[WHAT YOU ARE ASKED TO DO]: In the entries below, how many lines contain the word "Wall"? State the number and nothing more.

[TASK MATERIAL]:
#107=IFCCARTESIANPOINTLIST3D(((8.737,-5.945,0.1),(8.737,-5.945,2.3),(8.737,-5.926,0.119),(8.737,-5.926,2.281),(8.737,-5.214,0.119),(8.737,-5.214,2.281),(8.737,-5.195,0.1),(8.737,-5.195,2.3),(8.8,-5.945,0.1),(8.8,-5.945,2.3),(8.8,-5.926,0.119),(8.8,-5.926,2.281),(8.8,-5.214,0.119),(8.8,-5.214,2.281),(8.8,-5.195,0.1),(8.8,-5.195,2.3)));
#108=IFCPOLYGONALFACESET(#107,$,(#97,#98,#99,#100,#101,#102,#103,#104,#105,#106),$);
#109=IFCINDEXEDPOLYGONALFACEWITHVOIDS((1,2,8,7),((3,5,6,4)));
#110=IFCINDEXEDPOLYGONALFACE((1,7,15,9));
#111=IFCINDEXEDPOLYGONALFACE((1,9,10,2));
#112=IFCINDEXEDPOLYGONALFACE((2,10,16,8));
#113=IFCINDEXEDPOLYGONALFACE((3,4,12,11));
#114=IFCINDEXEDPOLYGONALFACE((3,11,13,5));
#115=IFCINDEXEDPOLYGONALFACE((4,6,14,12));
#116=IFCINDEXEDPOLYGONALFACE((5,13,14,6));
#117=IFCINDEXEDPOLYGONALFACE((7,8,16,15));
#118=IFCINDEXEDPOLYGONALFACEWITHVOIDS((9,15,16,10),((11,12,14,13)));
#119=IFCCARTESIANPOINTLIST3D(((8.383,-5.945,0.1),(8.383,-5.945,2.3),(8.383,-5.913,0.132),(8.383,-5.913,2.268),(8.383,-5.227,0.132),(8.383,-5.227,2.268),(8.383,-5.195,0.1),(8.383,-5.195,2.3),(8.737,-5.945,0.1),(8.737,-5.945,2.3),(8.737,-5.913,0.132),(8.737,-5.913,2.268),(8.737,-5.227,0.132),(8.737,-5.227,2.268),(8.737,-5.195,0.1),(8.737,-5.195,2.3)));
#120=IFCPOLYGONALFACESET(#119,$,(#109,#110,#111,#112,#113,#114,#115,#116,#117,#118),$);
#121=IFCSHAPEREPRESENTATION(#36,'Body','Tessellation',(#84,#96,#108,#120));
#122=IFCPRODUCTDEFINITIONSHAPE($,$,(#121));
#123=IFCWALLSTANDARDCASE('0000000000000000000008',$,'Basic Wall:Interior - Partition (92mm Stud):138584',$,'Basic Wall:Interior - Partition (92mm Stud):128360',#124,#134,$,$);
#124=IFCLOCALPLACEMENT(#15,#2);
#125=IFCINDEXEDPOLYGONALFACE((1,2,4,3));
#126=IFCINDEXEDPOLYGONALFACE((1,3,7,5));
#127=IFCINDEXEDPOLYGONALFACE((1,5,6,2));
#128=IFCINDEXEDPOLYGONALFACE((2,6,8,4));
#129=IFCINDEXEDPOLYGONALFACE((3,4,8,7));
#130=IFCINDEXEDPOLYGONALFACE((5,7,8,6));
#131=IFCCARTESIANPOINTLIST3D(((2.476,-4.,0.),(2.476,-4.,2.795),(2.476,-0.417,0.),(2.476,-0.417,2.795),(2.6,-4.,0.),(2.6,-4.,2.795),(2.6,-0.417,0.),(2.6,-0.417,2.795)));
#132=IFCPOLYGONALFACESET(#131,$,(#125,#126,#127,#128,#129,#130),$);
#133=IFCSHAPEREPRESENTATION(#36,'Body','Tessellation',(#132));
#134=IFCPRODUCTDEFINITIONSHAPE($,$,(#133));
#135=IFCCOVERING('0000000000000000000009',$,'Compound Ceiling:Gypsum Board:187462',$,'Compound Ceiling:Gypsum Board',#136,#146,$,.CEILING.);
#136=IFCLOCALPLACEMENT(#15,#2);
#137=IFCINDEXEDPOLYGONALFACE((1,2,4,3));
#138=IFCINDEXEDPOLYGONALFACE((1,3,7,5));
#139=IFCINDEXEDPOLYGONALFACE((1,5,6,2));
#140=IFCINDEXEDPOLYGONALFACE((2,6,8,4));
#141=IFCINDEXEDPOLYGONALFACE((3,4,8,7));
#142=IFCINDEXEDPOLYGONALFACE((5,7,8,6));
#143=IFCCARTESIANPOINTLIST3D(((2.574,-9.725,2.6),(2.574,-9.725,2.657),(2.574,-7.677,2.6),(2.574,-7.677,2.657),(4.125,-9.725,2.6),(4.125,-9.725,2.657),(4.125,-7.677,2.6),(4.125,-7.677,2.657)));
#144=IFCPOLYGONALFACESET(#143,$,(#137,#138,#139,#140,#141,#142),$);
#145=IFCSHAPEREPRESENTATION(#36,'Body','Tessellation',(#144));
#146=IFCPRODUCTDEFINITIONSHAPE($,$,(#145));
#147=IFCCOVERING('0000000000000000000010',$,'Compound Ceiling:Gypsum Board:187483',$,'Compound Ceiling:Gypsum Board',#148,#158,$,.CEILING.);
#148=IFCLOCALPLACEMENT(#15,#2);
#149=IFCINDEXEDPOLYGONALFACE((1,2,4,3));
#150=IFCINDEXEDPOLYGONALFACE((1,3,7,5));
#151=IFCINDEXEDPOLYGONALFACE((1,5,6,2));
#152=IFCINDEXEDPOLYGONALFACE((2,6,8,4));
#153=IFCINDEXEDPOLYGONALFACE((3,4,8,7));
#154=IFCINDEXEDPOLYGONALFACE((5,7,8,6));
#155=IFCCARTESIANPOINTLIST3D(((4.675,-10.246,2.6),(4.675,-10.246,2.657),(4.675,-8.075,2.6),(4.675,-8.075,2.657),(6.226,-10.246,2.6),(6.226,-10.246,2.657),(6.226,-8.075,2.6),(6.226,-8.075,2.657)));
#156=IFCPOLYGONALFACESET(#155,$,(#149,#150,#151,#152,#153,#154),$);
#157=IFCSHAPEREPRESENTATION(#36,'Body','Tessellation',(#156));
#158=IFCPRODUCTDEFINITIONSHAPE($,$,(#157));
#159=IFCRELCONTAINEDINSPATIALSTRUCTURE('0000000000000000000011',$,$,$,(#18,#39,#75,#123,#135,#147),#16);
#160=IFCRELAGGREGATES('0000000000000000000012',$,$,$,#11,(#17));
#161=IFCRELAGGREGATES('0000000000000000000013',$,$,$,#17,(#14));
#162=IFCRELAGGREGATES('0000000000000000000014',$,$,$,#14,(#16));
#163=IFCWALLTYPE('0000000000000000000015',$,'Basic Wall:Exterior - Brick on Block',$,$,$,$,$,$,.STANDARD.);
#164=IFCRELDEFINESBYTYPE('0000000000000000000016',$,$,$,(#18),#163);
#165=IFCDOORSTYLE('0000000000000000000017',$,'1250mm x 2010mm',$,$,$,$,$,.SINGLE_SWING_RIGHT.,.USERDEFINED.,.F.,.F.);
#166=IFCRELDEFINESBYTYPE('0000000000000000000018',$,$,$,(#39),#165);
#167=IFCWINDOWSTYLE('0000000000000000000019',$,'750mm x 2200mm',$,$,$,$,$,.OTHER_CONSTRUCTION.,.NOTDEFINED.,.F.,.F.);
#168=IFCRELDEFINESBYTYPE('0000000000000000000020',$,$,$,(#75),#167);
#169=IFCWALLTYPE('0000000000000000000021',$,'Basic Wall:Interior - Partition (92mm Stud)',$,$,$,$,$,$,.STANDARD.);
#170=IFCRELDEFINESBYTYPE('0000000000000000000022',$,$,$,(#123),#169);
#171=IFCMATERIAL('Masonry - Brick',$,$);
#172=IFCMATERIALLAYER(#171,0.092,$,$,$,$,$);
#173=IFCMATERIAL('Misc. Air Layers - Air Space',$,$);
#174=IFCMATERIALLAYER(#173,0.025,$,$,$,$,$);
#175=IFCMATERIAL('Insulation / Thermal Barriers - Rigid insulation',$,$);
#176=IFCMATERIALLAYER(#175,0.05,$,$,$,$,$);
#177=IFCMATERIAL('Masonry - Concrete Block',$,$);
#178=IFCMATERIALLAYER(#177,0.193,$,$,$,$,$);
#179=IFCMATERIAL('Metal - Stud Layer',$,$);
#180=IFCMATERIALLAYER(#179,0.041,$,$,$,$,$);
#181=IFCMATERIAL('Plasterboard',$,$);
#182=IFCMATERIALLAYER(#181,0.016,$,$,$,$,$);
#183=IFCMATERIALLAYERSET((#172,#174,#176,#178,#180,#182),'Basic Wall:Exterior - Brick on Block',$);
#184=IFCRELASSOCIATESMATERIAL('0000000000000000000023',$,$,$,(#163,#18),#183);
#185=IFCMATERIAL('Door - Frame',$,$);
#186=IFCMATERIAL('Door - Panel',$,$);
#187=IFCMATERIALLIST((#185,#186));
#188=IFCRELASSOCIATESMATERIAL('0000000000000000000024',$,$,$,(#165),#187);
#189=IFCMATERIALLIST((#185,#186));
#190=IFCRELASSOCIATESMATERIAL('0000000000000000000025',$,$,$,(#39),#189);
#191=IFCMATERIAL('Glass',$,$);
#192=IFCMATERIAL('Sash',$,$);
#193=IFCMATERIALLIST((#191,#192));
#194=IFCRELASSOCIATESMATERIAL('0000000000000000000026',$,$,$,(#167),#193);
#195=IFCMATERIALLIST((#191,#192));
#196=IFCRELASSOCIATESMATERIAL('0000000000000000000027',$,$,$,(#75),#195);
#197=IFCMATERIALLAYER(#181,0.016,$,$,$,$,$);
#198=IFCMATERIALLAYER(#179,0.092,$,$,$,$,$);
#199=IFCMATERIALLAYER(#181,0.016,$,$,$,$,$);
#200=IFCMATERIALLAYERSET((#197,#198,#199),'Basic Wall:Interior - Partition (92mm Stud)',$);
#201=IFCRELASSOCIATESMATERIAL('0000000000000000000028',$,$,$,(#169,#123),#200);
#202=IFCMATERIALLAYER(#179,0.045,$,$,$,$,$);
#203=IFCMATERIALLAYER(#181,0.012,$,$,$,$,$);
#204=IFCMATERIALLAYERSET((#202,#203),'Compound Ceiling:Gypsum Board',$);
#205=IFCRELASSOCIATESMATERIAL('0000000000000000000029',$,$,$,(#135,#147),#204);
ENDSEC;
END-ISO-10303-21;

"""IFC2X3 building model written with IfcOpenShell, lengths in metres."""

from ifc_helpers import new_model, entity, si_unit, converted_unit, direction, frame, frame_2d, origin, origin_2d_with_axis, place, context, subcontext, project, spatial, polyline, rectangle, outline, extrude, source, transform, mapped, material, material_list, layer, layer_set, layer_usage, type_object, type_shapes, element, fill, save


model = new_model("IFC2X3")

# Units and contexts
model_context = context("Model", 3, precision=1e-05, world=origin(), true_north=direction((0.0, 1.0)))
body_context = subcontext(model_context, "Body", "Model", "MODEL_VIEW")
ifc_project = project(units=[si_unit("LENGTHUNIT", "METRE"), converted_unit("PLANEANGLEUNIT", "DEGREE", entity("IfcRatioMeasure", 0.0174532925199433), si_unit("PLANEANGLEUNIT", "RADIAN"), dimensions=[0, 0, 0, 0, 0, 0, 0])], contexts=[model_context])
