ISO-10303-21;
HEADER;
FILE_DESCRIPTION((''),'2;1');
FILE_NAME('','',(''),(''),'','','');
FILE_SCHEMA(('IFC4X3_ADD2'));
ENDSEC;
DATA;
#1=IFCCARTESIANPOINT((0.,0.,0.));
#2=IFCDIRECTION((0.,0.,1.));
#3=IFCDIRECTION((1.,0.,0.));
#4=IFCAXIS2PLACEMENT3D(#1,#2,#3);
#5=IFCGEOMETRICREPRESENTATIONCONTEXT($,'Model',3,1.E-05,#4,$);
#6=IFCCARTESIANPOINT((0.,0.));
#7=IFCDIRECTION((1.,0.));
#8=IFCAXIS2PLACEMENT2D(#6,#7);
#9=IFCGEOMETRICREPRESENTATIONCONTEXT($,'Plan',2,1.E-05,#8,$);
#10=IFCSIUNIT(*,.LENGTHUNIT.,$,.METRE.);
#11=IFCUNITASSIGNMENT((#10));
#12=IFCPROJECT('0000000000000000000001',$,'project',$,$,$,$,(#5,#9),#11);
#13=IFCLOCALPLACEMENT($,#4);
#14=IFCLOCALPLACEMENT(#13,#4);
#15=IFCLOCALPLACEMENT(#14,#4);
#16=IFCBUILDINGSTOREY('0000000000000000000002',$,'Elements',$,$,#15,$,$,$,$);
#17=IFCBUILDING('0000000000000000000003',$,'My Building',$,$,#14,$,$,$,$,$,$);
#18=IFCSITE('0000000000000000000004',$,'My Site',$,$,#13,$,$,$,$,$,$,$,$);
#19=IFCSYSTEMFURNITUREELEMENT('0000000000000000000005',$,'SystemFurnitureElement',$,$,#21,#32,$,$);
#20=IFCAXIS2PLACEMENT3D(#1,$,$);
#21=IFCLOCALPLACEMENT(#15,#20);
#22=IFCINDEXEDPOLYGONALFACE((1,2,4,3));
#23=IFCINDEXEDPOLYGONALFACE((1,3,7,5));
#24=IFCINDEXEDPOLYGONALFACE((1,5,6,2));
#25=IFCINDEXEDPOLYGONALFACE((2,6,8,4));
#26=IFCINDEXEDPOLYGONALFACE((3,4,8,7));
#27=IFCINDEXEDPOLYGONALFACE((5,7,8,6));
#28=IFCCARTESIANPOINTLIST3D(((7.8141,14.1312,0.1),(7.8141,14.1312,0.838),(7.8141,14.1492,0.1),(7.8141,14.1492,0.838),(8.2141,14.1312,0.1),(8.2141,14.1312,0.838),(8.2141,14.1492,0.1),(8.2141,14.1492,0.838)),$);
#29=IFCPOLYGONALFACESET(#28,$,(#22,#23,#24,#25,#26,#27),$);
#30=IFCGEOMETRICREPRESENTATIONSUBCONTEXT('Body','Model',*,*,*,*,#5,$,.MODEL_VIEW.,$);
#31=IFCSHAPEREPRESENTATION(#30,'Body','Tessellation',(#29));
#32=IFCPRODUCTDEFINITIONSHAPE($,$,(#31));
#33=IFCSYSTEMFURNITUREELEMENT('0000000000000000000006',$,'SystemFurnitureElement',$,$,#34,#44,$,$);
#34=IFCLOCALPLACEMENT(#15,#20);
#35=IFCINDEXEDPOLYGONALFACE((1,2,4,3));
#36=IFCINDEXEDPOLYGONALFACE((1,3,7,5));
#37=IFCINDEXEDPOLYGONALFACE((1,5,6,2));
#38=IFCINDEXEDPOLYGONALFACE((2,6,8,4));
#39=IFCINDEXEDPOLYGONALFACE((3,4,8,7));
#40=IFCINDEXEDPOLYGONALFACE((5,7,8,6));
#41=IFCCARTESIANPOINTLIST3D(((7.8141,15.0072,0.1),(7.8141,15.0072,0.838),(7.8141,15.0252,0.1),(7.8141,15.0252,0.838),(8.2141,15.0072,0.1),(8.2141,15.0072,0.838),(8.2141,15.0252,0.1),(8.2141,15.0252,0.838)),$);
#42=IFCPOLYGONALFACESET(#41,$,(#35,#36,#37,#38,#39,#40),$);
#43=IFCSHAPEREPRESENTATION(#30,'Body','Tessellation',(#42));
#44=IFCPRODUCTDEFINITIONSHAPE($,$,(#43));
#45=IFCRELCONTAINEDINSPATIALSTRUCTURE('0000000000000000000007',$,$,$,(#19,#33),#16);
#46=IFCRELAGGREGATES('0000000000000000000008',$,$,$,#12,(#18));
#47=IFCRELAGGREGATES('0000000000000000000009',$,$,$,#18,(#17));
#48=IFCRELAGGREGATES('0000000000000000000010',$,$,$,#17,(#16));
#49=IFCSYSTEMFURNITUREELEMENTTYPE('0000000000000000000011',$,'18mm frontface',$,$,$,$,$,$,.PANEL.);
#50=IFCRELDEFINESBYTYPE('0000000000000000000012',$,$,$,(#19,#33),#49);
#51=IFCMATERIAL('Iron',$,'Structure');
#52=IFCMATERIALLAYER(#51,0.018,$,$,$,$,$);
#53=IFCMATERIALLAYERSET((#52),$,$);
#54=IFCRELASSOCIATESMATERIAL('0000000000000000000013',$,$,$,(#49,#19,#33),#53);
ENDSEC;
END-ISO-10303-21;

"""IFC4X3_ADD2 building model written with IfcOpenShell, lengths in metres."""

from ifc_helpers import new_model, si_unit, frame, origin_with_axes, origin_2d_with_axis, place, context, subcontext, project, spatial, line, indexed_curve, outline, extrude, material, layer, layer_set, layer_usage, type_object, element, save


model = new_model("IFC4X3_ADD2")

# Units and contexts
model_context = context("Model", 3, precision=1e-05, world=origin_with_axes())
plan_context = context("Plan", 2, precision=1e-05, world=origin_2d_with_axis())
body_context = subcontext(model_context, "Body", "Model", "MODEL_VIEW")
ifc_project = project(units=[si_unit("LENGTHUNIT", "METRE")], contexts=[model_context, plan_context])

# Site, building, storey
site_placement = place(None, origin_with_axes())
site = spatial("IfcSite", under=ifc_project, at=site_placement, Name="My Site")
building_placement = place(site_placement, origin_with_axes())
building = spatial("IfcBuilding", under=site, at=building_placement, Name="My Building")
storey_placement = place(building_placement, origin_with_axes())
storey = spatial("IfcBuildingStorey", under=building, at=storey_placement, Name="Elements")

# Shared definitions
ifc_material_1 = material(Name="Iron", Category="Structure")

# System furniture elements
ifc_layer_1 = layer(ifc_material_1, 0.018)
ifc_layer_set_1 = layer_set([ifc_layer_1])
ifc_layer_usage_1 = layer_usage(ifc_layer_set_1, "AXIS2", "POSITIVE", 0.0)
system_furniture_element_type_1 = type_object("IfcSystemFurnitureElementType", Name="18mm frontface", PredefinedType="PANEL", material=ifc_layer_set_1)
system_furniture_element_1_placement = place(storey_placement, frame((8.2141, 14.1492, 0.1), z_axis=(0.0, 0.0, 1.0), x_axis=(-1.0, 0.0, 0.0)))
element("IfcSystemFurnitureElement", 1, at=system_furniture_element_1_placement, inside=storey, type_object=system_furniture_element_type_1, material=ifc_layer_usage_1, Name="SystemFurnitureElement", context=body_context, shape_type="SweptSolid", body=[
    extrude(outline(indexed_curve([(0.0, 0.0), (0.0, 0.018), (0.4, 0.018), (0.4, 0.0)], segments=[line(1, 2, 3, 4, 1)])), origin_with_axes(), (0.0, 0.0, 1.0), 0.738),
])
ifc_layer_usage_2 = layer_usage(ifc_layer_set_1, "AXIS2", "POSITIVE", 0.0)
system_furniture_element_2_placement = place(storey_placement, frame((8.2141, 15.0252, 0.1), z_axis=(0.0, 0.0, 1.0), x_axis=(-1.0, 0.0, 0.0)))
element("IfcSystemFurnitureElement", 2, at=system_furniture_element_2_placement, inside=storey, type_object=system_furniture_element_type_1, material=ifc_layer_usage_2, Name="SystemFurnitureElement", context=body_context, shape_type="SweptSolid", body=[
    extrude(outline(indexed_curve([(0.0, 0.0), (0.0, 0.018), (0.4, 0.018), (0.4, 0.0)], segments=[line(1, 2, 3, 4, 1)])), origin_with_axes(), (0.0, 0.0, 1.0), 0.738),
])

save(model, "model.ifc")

[ANSWER BOX]: 5